Whether or not a patient likes the agency enough to refer family and friends is not always a good indication of the quality of care.  An agency who fosters dependence by keeping an aide in the home too long will likely be recommended over an agency who sends an OT in early to facilitate the patient’s participation in ADLs long before it is easy for them to do so.

  1. In the last 2 months of care, did you and a home health provider from this agency talk about pain?

 Talking about pain is not the same as treating pain.  Even when treatment is unsuccessful, it is important that the patient’s orders and treatment plans are reevaluated when pain is present.  This question should include whether or not the agency tried to alleviate the pain or if the agency talked to the MD.

So, if a patient can stay awake and they are literate and have adequate vision and the questionnaire is completed, the information is still less than useful.  Even valid questions may pertain to care given by several clinicians and there is no attempt to isolate the clinician who needs education.  The agency may very well end up incurring the expense of educating an entire staff of clinicians when only one or two are leaving the patient without adequate information.

The Hospice survey is even longer.  You can find it here.

Building trust with a patient is far more helpful to them than being liked by them.  Compassion is critical to good care; sentiment is not.
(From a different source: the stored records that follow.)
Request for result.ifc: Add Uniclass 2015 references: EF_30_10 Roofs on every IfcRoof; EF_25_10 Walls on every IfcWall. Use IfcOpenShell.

First a look at what the model holds.

```python
import ifcopenshell

model = ifcopenshell.open("result.ifc")
print(model.schema)
print("classifications:", [c.Name for c in model.by_type("IfcClassification")])
for ifc_class in ("IfcDoor", "IfcRoof", "IfcStair", "IfcWall", "IfcWindow"):
    print(ifc_class, len(model.by_type(ifc_class)))
```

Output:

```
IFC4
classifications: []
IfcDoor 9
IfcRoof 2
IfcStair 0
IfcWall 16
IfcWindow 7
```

```python
import ifcopenshell
import ifcopenshell.api.classification

model = ifcopenshell.open("result.ifc")

system = ifcopenshell.api.classification.add_classification(model, classification="Uniclass 2015")

codes = {
    "IfcRoof": ("EF_30_10", "Roofs"),
    "IfcWall": ("EF_25_10", "Walls"),
}
for ifc_class, (code, name) in codes.items():
    products = model.by_type(ifc_class)
    ifcopenshell.api.classification.add_reference(
        model, products=products, classification=system, identification=code, name=name
    )
    print(code, len(products))

model.write("result-out.ifc")
```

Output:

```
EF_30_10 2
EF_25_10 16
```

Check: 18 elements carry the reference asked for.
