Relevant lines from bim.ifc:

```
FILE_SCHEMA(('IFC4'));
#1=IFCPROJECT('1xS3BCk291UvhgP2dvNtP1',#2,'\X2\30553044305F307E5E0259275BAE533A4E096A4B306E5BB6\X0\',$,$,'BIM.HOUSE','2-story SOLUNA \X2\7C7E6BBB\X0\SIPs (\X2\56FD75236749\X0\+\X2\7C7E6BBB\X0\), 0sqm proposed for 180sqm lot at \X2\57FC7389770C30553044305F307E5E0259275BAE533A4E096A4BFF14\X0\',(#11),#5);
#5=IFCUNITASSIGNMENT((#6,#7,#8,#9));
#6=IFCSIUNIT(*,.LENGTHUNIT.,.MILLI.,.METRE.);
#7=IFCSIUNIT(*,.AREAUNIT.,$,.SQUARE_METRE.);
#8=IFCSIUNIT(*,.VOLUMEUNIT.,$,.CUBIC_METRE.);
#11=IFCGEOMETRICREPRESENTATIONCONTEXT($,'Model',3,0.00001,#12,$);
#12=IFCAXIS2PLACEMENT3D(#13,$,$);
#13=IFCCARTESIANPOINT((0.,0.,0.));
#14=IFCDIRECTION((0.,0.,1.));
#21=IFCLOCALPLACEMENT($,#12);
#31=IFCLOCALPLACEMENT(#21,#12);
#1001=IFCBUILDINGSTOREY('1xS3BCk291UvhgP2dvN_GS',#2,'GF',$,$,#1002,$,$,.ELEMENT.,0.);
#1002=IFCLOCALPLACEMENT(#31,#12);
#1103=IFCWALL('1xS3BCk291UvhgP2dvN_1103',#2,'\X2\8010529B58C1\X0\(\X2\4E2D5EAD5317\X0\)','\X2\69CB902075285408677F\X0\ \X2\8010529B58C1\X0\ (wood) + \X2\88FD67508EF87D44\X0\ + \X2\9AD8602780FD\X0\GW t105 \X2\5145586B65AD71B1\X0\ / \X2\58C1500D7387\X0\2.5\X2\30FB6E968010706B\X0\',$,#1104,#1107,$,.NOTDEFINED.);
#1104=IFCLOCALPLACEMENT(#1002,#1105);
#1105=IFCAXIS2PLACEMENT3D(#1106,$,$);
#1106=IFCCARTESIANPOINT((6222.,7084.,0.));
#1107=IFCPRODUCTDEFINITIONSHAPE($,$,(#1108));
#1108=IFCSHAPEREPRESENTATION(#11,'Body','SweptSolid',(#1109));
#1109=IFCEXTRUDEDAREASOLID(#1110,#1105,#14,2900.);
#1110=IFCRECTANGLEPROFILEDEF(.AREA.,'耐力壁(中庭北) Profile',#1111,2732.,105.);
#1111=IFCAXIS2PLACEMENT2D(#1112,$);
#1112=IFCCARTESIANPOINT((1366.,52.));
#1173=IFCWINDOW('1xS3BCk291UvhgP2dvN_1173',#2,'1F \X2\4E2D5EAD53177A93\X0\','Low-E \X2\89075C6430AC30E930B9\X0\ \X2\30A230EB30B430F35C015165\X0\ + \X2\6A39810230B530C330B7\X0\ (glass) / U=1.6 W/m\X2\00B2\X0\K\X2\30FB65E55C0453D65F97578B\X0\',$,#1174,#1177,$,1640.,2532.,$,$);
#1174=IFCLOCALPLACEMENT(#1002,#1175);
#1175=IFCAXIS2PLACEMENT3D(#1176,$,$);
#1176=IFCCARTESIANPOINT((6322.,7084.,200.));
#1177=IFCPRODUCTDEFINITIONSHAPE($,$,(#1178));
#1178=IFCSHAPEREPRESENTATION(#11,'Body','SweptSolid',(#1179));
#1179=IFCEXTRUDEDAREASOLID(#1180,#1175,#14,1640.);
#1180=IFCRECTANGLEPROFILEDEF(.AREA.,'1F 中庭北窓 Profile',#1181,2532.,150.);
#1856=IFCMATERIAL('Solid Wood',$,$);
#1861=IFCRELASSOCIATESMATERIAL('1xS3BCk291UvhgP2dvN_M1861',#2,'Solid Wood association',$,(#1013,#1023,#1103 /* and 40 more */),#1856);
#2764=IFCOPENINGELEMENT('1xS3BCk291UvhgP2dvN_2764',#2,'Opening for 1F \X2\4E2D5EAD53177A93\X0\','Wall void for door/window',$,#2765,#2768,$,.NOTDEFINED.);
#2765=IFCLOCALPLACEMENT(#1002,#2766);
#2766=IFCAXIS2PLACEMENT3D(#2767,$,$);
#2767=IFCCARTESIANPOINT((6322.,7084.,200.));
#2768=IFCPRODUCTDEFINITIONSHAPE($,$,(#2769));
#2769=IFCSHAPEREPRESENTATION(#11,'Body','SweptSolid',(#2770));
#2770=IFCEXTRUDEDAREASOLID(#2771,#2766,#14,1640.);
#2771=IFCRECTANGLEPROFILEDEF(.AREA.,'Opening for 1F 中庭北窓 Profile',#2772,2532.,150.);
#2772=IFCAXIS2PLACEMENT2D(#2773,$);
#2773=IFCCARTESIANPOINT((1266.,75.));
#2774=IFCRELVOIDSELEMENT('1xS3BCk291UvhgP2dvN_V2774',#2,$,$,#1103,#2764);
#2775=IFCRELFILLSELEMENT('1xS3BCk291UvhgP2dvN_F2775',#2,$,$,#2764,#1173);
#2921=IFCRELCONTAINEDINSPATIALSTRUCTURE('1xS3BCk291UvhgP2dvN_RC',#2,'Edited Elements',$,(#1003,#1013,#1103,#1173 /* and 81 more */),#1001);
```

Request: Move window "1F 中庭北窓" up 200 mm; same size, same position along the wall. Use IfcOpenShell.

```python
import numpy as np
import ifcopenshell
import ifcopenshell.api.geometry
import ifcopenshell.util.placement
import ifcopenshell.util.unit

model = ifcopenshell.open("bim.ifc")
unit_scale = ifcopenshell.util.unit.calculate_unit_scale(model)

window = model.by_id(1173)
opening = window.FillsVoids[0].RelatingOpeningElement
dz = 200.0

shift = np.array([0.0, 0.0, dz])
# The window is not placed relative to its opening, so move both.
for product in (opening, window):
    matrix = ifcopenshell.util.placement.get_local_placement(product.ObjectPlacement)
    matrix[:3, 3] += shift
    ifcopenshell.api.geometry.edit_object_placement(model, product=product, matrix=matrix, is_si=False)

print(f"moved by {dz * unit_scale:+.3f} m")

model.write("bim-out.ifc")
```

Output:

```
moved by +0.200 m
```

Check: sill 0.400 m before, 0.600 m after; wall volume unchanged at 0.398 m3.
Meanwhile, teaching your staff the questions that will be asked of your patients may help your scores by ensuring that they emphasize that all that information about Pain they are trying to get from the patient is because a pain assessment is very important, etc.  Use the same vocabulary the patients might hear later.  It is my recommendation that you do not script what your nurses say as is recommended by other experts.  If you do, be prepared to have shrewd patients recognize acting instead of authentic communication.

As far as dealing with the fear and anxiety of patients who become overly dependent on the agency, I would like to hear your thoughts by emailing me or posting in the comments.  Could be a good topic for another day.  If we could all get a handle on how to provide for those needs, life would be better for a whole lot of patients.

HHCAHPS Cliff Notes
  1. Medicare mandates that a standardized questionnaire be given to patients.
  2. Third party vendors are approved by Medicare and collect the data for the agency.
  3. The data is collected via telephone or written questionnaire.
  4. Data is then aggregated and results are posted on Home Health Compare.
  5. Your results are posted along with a comparison of how you perform compared to other providers and the national and state average.
  6. Home Health agencies can view results at Home Health Compare.
  7. Hospice results should be posted when three continuous quarters of good data is available.